§ **Work request**:
From the first line to the last, copy the material exactly.

§ **Records shown**:
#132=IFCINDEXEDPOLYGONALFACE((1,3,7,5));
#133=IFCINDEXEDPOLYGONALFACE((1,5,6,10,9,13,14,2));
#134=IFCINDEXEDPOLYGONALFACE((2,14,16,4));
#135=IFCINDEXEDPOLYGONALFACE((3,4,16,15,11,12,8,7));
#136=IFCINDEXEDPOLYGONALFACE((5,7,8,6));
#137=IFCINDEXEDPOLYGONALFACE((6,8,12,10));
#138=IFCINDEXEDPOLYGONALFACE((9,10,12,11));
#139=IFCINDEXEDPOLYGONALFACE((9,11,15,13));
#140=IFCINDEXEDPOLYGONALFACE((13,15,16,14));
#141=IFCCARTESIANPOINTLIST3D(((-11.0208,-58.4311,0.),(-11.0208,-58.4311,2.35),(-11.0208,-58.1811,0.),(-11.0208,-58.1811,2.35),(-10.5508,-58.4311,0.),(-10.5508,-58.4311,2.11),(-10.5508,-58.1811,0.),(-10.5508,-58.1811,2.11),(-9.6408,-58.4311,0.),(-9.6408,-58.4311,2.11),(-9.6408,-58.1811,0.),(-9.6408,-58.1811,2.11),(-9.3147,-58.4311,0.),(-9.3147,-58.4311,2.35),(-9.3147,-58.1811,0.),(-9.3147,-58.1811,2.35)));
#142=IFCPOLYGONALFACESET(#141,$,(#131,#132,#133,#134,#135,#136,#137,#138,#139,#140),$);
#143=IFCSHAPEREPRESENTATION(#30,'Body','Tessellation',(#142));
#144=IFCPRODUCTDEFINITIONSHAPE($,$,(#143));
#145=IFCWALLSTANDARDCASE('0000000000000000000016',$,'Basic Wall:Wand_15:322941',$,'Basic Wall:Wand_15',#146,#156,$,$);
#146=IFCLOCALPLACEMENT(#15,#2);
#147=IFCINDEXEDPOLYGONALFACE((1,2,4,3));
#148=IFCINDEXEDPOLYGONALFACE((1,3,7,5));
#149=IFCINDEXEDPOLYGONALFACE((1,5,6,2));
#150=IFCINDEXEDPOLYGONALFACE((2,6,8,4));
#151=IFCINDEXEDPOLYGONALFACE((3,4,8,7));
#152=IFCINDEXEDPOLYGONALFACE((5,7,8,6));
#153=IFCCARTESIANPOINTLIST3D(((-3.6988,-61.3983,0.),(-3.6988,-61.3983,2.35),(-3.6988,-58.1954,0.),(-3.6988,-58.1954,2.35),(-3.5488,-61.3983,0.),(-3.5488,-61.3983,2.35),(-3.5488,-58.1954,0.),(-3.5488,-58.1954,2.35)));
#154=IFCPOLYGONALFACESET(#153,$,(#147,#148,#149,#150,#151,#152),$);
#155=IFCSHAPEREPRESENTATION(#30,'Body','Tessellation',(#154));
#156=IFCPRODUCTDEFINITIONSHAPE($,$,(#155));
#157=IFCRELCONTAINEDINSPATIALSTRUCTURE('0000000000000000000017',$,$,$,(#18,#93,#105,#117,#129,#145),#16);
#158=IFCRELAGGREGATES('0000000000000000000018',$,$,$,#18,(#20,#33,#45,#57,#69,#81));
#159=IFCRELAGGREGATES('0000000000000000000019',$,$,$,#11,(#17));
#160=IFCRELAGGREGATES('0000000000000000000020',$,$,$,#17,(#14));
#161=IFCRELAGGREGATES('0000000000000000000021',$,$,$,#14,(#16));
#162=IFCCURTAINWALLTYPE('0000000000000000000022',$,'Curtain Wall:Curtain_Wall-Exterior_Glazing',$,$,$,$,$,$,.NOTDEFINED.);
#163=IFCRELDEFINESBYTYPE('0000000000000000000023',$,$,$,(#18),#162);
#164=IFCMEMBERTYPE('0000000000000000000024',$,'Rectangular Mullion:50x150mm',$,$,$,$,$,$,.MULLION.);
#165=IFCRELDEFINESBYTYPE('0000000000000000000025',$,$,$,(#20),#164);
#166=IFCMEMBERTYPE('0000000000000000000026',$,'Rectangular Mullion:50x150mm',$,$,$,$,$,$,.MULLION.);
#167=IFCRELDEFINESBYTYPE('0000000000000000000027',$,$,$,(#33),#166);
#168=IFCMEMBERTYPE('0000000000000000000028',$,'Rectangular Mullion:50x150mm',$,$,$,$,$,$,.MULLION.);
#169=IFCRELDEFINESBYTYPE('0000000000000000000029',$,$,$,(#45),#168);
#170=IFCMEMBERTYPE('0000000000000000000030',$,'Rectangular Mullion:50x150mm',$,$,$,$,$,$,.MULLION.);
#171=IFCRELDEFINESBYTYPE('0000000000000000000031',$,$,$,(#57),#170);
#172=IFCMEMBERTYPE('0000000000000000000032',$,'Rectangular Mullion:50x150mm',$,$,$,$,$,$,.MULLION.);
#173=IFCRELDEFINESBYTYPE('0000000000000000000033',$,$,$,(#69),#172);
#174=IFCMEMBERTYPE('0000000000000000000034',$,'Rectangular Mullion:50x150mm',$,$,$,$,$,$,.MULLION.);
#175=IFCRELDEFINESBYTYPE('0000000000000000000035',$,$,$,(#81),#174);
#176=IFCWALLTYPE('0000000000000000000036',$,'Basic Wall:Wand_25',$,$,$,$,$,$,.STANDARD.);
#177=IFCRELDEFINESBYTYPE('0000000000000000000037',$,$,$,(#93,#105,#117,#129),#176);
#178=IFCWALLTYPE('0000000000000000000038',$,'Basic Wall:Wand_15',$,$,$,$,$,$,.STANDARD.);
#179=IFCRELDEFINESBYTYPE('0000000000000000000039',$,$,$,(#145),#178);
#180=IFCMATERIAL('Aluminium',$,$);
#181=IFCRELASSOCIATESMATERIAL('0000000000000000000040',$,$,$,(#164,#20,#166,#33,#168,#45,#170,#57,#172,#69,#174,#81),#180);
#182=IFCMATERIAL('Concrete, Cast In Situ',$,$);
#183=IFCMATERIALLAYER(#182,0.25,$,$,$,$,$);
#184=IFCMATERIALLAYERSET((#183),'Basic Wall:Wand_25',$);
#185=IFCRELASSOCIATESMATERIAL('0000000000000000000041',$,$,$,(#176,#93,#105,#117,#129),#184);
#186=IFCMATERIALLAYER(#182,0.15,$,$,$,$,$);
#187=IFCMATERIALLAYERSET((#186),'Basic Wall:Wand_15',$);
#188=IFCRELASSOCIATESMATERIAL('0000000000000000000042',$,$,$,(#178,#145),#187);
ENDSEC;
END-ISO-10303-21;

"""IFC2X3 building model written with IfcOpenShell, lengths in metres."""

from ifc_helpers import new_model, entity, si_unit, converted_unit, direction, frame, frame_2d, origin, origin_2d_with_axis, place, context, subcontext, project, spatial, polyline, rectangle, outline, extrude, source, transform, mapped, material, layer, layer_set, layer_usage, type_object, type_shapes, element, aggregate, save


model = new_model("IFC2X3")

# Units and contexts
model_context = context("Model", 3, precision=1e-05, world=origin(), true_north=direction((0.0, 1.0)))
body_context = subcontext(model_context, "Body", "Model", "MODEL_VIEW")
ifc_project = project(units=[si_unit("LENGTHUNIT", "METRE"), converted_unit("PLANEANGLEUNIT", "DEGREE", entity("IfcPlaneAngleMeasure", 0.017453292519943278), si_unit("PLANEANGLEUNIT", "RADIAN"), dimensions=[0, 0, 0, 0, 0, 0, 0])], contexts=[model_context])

§ **Result**:
#132=IFCINDEXEDPOLYGONALFACE((1,3,7,5));
#133=IFCINDEXEDPOLYGONALFACE((1,5,6,10,9,13,14,2));
#134=IFCINDEXEDPOLYGONALFACE((2,14,16,4));
#135=IFCINDEXEDPOLYGONALFACE((3,4,16,15,11,12,8,7));
#136=IFCINDEXEDPOLYGONALFACE((5,7,8,6));
#137=IFCINDEXEDPOLYGONALFACE((6,8,12,10));
#138=IFCINDEXEDPOLYGONALFACE((9,10,12,11));
#139=IFCINDEXEDPOLYGONALFACE((9,11,15,13));
#140=IFCINDEXEDPOLYGONALFACE((13,15,16,14));
#141=IFCCARTESIANPOINTLIST3D(((-11.0208,-58.4311,0.),(-11.0208,-58.4311,2.35),(-11.0208,-58.1811,0.),(-11.0208,-58.1811,2.35),(-10.5508,-58.4311,0.),(-10.5508,-58.4311,2.11),(-10.5508,-58.1811,0.),(-10.5508,-58.1811,2.11),(-9.6408,-58.4311,0.),(-9.6408,-58.4311,2.11),(-9.6408,-58.1811,0.),(-9.6408,-58.1811,2.11),(-9.3147,-58.4311,0.),(-9.3147,-58.4311,2.35),(-9.3147,-58.1811,0.),(-9.3147,-58.1811,2.35)));
#142=IFCPOLYGONALFACESET(#141,$,(#131,#132,#133,#134,#135,#136,#137,#138,#139,#140),$);
#143=IFCSHAPEREPRESENTATION(#30,'Body','Tessellation',(#142));
#144=IFCPRODUCTDEFINITIONSHAPE($,$,(#143));
#145=IFCWALLSTANDARDCASE('0000000000000000000016',$,'Basic Wall:Wand_15:322941',$,'Basic Wall:Wand_15',#146,#156,$,$);
#146=IFCLOCALPLACEMENT(#15,#2);
#147=IFCINDEXEDPOLYGONALFACE((1,2,4,3));
#148=IFCINDEXEDPOLYGONALFACE((1,3,7,5));
#149=IFCINDEXEDPOLYGONALFACE((1,5,6,2));
#150=IFCINDEXEDPOLYGONALFACE((2,6,8,4));
#151=IFCINDEXEDPOLYGONALFACE((3,4,8,7));
#152=IFCINDEXEDPOLYGONALFACE((5,7,8,6));
#153=IFCCARTESIANPOINTLIST3D(((-3.6988,-61.3983,0.),(-3.6988,-61.3983,2.35),(-3.6988,-58.1954,0.),(-3.6988,-58.1954,2.35),(-3.5488,-61.3983,0.),(-3.5488,-61.3983,2.35),(-3.5488,-58.1954,0.),(-3.5488,-58.1954,2.35)));
#154=IFCPOLYGONALFACESET(#153,$,(#147,#148,#149,#150,#151,#152),$);
#155=IFCSHAPEREPRESENTATION(#30,'Body','Tessellation',(#154));
#156=IFCPRODUCTDEFINITIONSHAPE($,$,(#155));
#157=IFCRELCONTAINEDINSPATIALSTRUCTURE('0000000000000000000017',$,$,$,(#18,#93,#105,#117,#129,#145),#16);
#158=IFCRELAGGREGATES('0000000000000000000018',$,$,$,#18,(#20,#33,#45,#57,#69,#81));
#159=IFCRELAGGREGATES('0000000000000000000019',$,$,$,#11,(#17));
#160=IFCRELAGGREGATES('0000000000000000000020',$,$,$,#17,(#14));
#161=IFCRELAGGREGATES('0000000000000000000021',$,$,$,#14,(#16));
#162=IFCCURTAINWALLTYPE('0000000000000000000022',$,'Curtain Wall:Curtain_Wall-Exterior_Glazing',$,$,$,$,$,$,.NOTDEFINED.);
#163=IFCRELDEFINESBYTYPE('0000000000000000000023',$,$,$,(#18),#162);
#164=IFCMEMBERTYPE('0000000000000000000024',$,'Rectangular Mullion:50x150mm',$,$,$,$,$,$,.MULLION.);
#165=IFCRELDEFINESBYTYPE('0000000000000000000025',$,$,$,(#20),#164);
#166=IFCMEMBERTYPE('0000000000000000000026',$,'Rectangular Mullion:50x150mm',$,$,$,$,$,$,.MULLION.);
#167=IFCRELDEFINESBYTYPE('0000000000000000000027',$,$,$,(#33),#166);
#168=IFCMEMBERTYPE('0000000000000000000028',$,'Rectangular Mullion:50x150mm',$,$,$,$,$,$,.MULLION.);
#169=IFCRELDEFINESBYTYPE('0000000000000000000029',$,$,$,(#45),#168);
#170=IFCMEMBERTYPE('0000000000000000000030',$,'Rectangular Mullion:50x150mm',$,$,$,$,$,$,.MULLION.);
#171=IFCRELDEFINESBYTYPE('0000000000000000000031',$,$,$,(#57),#170);
#172=IFCMEMBERTYPE('0000000000000000000032',$,'Rectangular Mullion:50x150mm',$,$,$,$,$,$,.MULLION.);
#173=IFCRELDEFINESBYTYPE('0000000000000000000033',$,$,$,(#69),#172);
#174=IFCMEMBERTYPE('0000000000000000000034',$,'Rectangular Mullion:50x150mm',$,$,$,$,$,$,.MULLION.);
#175=IFCRELDEFINESBYTYPE('0000000000000000000035',$,$,$,(#81),#174);
#176=IFCWALLTYPE('0000000000000000000036',$,'Basic Wall:Wand_25',$,$,$,$,$,$,.STANDARD.);
#177=IFCRELDEFINESBYTYPE('0000000000000000000037',$,$,$,(#93,#105,#117,#129),#176);
#178=IFCWALLTYPE('0000000000000000000038',$,'Basic Wall:Wand_15',$,$,$,$,$,$,.STANDARD.);
#179=IFCRELDEFINESBYTYPE('0000000000000000000039',$,$,$,(#145),#178);
#180=IFCMATERIAL('Aluminium',$,$);
#181=IFCRELASSOCIATESMATERIAL('0000000000000000000040',$,$,$,(#164,#20,#166,#33,#168,#45,#170,#57,#172,#69,#174,#81),#180);
#182=IFCMATERIAL('Concrete, Cast In Situ',$,$);
#183=IFCMATERIALLAYER(#182,0.25,$,$,$,$,$);
#184=IFCMATERIALLAYERSET((#183),'Basic Wall:Wand_25',$);
#185=IFCRELASSOCIATESMATERIAL('0000000000000000000041',$,$,$,(#176,#93,#105,#117,#129),#184);
#186=IFCMATERIALLAYER(#182,0.15,$,$,$,$,$);
#187=IFCMATERIALLAYERSET((#186),'Basic Wall:Wand_15',$);
#188=IFCRELASSOCIATESMATERIAL('0000000000000000000042',$,$,$,(#178,#145),#187);
ENDSEC;
END-ISO-10303-21;

"""IFC2X3 building model written with IfcOpenShell, lengths in metres."""

from ifc_helpers import new_model, entity, si_unit, converted_unit, direction, frame, frame_2d, origin, origin_2d_with_axis, place, context, subcontext, project, spatial, polyline, rectangle, outline, extrude, source, transform, mapped, material, layer, layer_set, layer_usage, type_object, type_shapes, element, aggregate, save


model = new_model("IFC2X3")

# Units and contexts
model_context = context("Model", 3, precision=1e-05, world=origin(), true_north=direction((0.0, 1.0)))
body_context = subcontext(model_context, "Body", "Model", "MODEL_VIEW")
ifc_project = project(units=[si_unit("LENGTHUNIT", "METRE"), converted_unit("PLANEANGLEUNIT", "DEGREE", entity("IfcPlaneAngleMeasure", 0.017453292519943278), si_unit("PLANEANGLEUNIT", "RADIAN"), dimensions=[0, 0, 0, 0, 0, 0, 0])], contexts=[model_context])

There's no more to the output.